Golden Rule, a 34-foot wooden sailboat, sailed toward the Marshall Islands in 1958 to disrupt American atmospheric nuclear weapons testing. More than six decades later, the same boat arrived Tuesday at San Francisco’s Pier 39 to begin a voyage to continue to champion peace amid ongoing arms negotiations between the U.S. and other countries.
Veterans for Peace, a nonprofit organization of military veterans and allies promoting peace and nonproliferation talks, was approached in 2010 to restore the peace boat that had been abandoned in Humboldt Bay, where it sank due to a gale.
For the next five years, dozens of volunteers from Veterans for Peace, Quakers and other groups restored Golden Rule in a boatyard. Some volunteers from the restoration project became part of the crew of the peace boat.
The voyage will include port visits throughout San Francisco Bay that will include guest sailing, public events and opportunities to engage in community discussions among veterans, peace activists, educators, youth and more.
Golden Rule’s project manager Michelle Marsonette said that as a part of the boat’s tour, they will take some members of the San Francisco-based “Comfort Women” Justice Coalition out sailing on Aug. 22 to create an opportunity for them to discuss confronting wartime brutalities.
“Groups like that, we like to take out, because then it gives them an opportunity to dramatically talk about what they have going on, not just to us,” Marsonette said.
Since the Golden Rule’s relaunch in 2015, Gerry Condon, president of the Golden Rule committee and a national board member of Veterans for Peace, has sailed with it to advocate for a nuclear-free world and raise awareness about nuclear threats and peace efforts.
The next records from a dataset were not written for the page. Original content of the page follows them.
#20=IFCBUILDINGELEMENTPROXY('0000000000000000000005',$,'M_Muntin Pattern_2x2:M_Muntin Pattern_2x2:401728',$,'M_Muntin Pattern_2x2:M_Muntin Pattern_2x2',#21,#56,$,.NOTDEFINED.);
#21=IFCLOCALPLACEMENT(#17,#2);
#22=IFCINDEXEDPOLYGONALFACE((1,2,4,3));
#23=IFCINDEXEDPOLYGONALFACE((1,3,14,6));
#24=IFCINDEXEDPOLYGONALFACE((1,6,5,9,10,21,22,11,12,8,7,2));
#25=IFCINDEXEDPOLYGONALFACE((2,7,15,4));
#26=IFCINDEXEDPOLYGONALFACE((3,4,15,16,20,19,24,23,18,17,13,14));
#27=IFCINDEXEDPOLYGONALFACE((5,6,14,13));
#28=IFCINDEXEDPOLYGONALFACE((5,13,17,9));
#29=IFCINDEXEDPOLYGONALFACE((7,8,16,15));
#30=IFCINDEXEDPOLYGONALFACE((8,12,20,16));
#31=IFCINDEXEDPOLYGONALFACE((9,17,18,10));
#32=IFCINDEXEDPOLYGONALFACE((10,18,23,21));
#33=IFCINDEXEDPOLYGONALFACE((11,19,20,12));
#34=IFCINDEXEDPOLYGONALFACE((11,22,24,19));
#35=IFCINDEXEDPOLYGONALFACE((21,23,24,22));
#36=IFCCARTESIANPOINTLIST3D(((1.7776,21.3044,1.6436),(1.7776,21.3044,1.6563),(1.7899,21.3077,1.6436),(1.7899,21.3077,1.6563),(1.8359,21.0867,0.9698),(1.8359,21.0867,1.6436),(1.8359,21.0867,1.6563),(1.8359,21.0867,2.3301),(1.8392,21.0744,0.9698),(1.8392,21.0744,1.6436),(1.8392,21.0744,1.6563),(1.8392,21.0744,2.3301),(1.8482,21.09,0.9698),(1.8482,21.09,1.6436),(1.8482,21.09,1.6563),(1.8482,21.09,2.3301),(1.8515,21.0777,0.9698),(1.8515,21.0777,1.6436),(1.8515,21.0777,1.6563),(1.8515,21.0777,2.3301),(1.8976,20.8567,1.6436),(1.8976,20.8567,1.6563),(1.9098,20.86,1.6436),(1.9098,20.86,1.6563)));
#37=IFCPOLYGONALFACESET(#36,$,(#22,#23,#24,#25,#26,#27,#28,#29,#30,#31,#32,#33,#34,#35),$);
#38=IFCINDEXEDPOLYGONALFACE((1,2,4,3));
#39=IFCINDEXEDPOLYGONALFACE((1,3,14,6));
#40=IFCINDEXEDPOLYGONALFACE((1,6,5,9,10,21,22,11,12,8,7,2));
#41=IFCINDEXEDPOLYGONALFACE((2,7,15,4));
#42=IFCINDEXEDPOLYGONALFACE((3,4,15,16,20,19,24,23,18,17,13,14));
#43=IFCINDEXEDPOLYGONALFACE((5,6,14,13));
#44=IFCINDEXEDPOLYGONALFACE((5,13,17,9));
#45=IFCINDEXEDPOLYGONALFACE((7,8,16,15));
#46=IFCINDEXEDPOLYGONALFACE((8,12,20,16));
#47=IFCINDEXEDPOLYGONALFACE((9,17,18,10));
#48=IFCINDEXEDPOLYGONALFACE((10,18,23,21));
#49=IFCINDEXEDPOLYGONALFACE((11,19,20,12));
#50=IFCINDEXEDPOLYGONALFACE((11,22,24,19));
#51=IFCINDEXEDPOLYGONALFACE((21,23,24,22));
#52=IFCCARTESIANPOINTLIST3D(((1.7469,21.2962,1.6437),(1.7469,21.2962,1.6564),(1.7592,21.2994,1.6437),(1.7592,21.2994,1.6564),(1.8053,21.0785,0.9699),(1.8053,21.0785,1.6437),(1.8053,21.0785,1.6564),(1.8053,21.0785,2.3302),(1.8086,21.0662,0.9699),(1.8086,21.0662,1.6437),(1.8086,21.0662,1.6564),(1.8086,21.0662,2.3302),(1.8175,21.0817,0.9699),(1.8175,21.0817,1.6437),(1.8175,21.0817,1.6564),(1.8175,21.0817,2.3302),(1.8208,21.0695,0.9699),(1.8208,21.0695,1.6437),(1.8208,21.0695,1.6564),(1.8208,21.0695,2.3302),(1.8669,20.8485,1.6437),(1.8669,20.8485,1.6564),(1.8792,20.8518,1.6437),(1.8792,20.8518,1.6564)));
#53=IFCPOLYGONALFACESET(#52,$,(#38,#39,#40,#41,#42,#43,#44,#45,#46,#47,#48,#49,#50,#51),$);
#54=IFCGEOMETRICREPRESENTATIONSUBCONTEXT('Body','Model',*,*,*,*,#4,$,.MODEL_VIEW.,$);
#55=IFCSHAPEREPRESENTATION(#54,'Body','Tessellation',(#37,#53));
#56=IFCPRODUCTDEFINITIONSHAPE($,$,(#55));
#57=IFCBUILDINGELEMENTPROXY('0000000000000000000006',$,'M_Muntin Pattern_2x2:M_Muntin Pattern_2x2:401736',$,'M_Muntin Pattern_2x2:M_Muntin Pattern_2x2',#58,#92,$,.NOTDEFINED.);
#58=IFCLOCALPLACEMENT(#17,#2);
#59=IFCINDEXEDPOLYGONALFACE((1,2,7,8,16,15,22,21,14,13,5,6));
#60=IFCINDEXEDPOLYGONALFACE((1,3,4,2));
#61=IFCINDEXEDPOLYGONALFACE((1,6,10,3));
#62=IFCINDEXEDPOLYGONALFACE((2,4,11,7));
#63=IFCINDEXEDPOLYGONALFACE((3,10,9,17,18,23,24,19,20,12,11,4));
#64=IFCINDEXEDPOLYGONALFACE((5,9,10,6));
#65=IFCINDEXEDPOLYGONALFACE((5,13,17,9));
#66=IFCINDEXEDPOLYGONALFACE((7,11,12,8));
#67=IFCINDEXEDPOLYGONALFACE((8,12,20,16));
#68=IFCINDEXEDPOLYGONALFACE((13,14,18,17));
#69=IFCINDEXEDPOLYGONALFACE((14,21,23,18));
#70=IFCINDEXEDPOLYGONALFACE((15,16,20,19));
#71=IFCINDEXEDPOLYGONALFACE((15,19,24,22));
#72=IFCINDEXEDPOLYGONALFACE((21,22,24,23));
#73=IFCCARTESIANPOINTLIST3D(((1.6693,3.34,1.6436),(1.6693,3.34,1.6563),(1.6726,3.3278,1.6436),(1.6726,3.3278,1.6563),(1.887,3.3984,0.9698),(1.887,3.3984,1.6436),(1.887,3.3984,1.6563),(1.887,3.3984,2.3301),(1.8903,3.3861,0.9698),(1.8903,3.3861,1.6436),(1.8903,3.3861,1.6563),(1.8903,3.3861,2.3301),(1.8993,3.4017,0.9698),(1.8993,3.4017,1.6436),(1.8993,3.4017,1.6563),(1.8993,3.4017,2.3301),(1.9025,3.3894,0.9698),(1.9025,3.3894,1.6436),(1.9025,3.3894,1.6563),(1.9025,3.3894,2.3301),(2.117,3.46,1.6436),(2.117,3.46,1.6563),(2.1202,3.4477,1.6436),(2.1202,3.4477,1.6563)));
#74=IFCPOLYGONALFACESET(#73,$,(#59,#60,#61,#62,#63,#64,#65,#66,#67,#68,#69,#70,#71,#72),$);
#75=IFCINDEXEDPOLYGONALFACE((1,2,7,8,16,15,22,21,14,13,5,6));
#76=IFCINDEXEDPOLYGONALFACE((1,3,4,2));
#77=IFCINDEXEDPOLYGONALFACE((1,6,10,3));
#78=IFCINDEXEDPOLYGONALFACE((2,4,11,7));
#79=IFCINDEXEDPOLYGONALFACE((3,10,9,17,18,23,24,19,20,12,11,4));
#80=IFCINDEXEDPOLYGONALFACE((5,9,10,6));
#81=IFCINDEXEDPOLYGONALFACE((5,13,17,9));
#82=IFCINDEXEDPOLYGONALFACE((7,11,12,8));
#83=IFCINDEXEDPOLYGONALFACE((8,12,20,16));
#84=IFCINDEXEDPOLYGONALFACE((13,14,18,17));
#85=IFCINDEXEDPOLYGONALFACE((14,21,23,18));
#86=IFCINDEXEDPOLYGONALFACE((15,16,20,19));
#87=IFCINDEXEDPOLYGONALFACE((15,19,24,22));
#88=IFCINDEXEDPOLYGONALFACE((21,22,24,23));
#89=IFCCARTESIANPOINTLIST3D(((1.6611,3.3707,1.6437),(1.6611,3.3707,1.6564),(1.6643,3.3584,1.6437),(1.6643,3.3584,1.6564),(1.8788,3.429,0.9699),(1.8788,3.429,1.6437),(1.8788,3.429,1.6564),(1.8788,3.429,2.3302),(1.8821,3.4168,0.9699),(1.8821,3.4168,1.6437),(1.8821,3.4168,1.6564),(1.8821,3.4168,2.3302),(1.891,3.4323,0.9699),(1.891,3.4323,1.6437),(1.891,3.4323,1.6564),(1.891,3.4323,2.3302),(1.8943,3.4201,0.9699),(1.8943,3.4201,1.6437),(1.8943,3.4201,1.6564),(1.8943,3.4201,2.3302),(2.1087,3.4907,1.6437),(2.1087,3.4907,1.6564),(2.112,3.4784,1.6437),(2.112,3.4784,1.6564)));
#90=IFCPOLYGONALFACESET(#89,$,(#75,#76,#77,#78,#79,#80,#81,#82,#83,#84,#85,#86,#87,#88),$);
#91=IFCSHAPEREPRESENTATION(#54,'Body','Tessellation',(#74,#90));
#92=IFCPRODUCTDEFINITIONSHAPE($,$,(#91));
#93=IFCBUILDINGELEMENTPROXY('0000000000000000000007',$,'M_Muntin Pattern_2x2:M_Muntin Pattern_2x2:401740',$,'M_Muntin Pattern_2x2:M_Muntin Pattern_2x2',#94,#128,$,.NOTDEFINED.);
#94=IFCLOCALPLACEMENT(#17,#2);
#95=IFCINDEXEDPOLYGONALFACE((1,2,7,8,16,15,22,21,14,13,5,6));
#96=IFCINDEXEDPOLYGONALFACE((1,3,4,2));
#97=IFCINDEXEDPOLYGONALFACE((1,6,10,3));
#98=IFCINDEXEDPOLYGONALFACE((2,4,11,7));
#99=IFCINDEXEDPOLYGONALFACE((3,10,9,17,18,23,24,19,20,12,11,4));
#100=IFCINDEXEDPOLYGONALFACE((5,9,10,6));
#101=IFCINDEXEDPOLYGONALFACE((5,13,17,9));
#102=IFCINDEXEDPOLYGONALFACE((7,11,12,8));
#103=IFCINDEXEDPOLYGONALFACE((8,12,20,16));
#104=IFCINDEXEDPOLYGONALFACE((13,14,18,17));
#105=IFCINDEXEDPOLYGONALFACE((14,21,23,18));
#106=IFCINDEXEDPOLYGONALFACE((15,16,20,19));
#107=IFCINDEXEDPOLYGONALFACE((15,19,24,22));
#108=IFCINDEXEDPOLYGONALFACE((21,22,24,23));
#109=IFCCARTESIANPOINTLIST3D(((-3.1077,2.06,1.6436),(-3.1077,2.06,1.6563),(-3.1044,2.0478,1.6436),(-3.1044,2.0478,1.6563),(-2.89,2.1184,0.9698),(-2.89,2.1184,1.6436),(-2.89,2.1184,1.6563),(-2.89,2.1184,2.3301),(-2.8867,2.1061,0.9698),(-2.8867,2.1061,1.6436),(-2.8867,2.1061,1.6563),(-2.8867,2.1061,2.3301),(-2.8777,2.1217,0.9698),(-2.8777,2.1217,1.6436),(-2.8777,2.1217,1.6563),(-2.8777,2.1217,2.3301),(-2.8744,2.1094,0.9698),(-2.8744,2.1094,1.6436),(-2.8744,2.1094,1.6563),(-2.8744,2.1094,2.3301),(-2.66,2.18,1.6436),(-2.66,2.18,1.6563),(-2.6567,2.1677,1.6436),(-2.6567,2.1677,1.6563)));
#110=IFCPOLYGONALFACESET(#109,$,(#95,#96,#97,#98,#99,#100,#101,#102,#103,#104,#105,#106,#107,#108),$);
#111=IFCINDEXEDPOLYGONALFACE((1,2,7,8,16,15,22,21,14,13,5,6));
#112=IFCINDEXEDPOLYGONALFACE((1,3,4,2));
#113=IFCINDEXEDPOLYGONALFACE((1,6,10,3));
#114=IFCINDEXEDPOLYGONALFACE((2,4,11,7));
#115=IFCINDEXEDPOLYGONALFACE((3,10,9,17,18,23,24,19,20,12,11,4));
For Condon, nuclear weapons and nuclear war can be considered a local issue in the Bay Area, or anywhere in the U.S.
“Nuclear weapons and nuclear war (are) usually not considered a local issue, right? But on the other hand, all the money that’s going to nuclear weapons this year, with about $100 billion alone to modernize nuclear weapons and almost a trillion-dollar Pentagon budget — it’s stealing from people’s health care, Social Security and housing. So, in that sense, it is a local issue,” he said.
Dominick Favuzzi, a member of a contingent for the Veterans for Peace Sonoma chapter and an Air Force veteran, emphasized the importance of environmental preservation and highlighted the pollution caused by fuel and ammunition as key issues authorities must address in Northern California. The Bay Area is home to many former military bases, including the Mare Island Naval Shipyard in Vallejo, The Presidio of San Francisco and Naval Air Station Alameda.
“We have the Travis Air Force base and other military bases in Northern California that have been abandoned, but are still quite dangerous cleanup sites,” said Favuzzi.
According to the anti-war grassroots organization World BEYOND War, military bases damage the environment in many ways, from the exhaust of U.S. vehicles and planes to toxic chemicals that can be released from the bases and enter local water sources.